Excellent article on the recent history and advances in robotics, but more importantly “cognitive robotics” though the author did not use that term. Save this as a good reference for various types of emotion based architectures and physical system learning architectures.

Main point here, and one I well agree with, is the idea that to be more human it might be best if we start out trying to build a human-like platform. This is more an exploratory way of discovery, instead of a philosophical way. Introspection gets us so far, but perhaps addressing the real world problems of simple operation will provide insights in how the more complicated cognition is done.

For example, I think that using ANN’s as the primary layer in a cognitive machine is ideal. Why classify with intricate rules, when we can use the power inherent in the ANN to automatically classify objects, ideas, qualia. However, implementing higher level cognition is probably actually a layer of complexity (that ANN implement but is not a necessary condition for) which implements a “flawed” system of logic. I say flawed, because there is plenty of evidence that humans do not think soundly, however, we approximate a logical framework using the building blocks which have emerged out of the complex web of networks we have in our brain.

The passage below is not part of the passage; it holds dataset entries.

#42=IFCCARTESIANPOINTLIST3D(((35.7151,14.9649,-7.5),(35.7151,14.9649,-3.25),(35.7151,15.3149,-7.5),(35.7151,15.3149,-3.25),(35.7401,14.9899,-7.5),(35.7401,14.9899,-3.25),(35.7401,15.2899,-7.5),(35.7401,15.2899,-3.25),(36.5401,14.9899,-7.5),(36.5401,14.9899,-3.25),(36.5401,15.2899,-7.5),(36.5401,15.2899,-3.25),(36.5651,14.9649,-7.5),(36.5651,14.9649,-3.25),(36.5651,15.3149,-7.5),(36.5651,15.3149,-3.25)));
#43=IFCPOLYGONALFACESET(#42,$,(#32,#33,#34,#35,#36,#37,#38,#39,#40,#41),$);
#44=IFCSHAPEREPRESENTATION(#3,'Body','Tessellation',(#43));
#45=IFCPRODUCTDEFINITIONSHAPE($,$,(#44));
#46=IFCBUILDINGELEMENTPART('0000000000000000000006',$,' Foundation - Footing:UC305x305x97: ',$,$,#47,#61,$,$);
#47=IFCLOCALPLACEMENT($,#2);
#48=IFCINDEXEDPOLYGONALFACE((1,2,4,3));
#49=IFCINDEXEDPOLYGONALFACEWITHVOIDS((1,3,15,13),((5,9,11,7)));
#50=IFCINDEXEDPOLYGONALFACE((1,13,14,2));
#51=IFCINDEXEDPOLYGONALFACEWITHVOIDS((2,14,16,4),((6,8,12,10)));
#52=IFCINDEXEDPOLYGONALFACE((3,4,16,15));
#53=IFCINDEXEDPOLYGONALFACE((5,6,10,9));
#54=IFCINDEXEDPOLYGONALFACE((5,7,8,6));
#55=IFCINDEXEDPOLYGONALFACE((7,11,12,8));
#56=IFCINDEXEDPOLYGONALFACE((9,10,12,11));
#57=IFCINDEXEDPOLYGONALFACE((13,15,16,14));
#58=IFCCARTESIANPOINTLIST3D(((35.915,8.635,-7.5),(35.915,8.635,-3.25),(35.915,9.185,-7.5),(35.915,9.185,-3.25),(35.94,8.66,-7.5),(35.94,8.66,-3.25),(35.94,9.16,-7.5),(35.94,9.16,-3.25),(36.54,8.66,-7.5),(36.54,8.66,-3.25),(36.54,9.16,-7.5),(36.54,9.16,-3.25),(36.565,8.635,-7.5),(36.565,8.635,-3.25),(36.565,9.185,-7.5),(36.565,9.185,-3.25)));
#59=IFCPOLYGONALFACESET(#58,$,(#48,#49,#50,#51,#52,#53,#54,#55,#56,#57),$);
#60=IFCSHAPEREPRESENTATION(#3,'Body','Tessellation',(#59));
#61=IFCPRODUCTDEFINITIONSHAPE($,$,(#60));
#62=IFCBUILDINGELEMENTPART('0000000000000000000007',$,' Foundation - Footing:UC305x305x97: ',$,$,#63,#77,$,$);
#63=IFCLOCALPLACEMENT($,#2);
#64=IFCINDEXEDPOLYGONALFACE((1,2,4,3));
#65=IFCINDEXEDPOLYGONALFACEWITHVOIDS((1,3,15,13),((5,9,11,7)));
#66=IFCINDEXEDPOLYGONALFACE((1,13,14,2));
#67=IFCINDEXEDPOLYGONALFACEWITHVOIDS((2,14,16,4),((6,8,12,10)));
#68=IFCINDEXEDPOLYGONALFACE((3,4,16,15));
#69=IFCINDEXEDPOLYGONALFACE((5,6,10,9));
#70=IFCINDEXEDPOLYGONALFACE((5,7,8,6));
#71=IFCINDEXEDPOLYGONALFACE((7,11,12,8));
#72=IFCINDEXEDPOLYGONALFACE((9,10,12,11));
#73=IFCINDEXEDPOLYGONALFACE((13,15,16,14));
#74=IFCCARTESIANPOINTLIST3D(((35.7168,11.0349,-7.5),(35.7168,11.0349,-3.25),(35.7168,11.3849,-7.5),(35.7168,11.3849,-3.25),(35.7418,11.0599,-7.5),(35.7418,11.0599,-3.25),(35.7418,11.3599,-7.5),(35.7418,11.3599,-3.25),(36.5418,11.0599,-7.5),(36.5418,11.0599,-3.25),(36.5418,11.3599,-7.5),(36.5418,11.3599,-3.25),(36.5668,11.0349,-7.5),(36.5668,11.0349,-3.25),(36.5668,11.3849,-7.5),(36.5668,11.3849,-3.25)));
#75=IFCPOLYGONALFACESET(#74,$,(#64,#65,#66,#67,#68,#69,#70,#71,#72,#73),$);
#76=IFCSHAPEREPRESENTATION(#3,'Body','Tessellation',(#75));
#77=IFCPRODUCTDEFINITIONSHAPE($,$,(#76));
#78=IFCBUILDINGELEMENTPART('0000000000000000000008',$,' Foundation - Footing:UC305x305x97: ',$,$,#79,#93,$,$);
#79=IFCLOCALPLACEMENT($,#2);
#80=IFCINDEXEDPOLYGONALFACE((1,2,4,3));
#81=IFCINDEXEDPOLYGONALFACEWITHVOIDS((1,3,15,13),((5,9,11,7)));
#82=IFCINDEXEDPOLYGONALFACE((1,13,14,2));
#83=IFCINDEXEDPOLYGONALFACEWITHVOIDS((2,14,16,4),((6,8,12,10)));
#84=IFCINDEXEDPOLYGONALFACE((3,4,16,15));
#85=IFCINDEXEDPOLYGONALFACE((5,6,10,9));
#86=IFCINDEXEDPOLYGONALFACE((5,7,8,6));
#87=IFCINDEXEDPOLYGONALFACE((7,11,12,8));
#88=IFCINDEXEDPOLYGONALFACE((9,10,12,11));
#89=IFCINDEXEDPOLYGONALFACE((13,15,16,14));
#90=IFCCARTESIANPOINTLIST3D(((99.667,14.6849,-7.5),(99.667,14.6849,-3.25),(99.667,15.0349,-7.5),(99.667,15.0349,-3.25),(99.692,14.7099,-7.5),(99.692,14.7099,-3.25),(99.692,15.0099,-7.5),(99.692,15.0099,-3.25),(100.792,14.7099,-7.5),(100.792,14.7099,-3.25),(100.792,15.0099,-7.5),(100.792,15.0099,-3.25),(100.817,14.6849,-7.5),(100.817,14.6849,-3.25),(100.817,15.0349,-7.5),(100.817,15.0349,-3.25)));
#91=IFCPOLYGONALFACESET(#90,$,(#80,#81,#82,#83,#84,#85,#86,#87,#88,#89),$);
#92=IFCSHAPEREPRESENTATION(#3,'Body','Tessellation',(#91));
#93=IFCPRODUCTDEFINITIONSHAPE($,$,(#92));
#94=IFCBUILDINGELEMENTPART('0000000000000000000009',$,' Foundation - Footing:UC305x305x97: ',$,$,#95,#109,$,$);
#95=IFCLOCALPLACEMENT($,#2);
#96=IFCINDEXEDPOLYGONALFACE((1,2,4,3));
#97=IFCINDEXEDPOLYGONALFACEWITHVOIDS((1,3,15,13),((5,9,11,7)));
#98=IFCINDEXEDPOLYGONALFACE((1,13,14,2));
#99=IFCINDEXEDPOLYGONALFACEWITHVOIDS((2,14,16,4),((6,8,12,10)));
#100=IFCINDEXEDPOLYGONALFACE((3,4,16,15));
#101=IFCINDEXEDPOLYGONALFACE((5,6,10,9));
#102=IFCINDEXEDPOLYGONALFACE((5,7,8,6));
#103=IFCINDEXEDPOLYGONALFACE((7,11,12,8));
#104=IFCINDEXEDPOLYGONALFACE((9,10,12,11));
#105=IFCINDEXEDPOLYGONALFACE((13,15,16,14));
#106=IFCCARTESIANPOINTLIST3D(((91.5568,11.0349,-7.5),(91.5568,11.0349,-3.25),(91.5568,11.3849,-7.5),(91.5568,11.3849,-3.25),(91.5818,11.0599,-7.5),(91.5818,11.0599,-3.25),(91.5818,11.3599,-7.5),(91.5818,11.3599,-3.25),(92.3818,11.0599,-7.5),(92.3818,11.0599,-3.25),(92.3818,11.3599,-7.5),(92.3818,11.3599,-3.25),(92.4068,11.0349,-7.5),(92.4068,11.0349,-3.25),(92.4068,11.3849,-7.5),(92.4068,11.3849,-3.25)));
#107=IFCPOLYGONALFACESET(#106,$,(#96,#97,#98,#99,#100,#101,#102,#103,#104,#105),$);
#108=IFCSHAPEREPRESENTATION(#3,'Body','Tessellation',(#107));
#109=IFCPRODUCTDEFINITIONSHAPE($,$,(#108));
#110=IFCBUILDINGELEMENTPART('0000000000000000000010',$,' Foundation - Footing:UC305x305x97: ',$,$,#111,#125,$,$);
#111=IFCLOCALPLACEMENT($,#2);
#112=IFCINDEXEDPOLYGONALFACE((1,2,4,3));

Neural networks can get us so far, taking care of many of the tasks of plain classification, but then how we understand this classification and can reason with it is a different problem. A framework of logic and reasoning is built up from the complexity of network and that is something we can address. But I’ve found that things like classification (ontology) can still be improved upon and optimized in a perfect way (though we do not have an ideal way of doing this yet, but there have been many tries). Whereas ANN is not perfect, it can get the job done, and so whereas human cognition is not perfect, we can still see that we can get the job done without formalizing cognition. Where to start? Maybe with the robots described in this article.